▶ ASSIGNMENT: Among the records, find the lines that hold the string "IFCPRODUCTDEFINITIONSHAPE" and return them.

BEGIN DATA FOR ANALYSIS

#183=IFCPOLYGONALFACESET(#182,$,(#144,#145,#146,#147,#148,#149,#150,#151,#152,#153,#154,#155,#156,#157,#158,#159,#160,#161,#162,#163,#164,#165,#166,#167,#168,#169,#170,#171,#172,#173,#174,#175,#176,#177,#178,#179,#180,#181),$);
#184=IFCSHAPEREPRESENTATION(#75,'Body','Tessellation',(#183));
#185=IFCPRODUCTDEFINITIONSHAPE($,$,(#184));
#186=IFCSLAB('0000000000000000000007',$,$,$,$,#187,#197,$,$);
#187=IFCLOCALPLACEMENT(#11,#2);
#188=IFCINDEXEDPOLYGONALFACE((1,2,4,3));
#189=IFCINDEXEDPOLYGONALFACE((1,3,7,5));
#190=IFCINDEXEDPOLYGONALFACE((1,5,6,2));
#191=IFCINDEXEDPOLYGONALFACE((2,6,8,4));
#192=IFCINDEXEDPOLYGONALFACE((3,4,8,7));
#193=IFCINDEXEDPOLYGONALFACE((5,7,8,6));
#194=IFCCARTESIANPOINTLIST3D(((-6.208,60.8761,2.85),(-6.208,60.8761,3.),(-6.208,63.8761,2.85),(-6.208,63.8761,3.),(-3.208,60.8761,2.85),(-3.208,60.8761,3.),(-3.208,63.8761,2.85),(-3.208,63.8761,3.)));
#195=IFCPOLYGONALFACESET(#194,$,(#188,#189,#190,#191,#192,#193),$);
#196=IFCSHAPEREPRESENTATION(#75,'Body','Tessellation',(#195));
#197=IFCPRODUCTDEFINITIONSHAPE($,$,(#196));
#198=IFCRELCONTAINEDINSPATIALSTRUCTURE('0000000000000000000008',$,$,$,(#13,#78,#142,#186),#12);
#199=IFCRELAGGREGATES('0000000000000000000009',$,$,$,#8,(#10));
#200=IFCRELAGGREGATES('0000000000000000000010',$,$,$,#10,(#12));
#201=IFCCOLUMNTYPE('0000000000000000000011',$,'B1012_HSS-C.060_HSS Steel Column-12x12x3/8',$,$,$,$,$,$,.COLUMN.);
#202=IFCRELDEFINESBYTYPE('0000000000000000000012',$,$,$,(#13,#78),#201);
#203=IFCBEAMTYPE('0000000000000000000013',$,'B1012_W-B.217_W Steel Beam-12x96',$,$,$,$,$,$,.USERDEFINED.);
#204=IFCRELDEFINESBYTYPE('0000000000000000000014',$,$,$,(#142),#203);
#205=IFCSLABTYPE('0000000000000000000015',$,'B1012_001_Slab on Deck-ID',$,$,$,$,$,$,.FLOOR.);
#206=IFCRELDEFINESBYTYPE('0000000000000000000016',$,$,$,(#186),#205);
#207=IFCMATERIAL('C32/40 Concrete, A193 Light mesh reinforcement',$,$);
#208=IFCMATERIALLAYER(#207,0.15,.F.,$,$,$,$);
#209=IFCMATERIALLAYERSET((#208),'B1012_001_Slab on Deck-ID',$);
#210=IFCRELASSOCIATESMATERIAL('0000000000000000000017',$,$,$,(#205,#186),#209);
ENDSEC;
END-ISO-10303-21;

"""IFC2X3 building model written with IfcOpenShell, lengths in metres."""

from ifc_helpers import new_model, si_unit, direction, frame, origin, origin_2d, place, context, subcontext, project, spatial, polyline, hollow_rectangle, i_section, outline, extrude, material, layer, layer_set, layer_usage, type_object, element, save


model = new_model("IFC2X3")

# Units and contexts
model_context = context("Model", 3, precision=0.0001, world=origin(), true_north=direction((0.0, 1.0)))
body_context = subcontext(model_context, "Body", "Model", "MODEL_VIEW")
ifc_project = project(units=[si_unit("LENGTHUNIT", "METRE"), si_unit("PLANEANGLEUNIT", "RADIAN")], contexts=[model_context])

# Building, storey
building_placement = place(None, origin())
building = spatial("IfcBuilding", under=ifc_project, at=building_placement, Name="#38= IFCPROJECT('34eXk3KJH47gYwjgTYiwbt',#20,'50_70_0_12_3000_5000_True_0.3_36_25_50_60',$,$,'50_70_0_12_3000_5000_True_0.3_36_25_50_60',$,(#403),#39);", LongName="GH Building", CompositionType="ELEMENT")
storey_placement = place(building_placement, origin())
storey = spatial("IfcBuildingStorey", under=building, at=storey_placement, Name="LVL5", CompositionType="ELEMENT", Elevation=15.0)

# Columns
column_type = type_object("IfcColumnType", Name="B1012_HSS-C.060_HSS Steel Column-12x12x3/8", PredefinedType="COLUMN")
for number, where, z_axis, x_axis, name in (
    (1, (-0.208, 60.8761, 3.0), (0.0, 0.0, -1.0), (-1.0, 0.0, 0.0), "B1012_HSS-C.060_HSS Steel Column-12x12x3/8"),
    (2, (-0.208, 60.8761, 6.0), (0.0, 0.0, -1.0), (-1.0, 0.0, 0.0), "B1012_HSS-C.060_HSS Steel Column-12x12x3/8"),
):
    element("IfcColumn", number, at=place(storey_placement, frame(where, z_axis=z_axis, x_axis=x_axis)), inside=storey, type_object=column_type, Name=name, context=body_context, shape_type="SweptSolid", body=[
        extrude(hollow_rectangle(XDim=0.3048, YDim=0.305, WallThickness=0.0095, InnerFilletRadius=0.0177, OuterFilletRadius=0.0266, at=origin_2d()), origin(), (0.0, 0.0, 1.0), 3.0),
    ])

END DATA FOR ANALYSIS

▶ TASK RESPONSE:
#185=IFCPRODUCTDEFINITIONSHAPE($,$,(#184));
#197=IFCPRODUCTDEFINITIONSHAPE($,$,(#196));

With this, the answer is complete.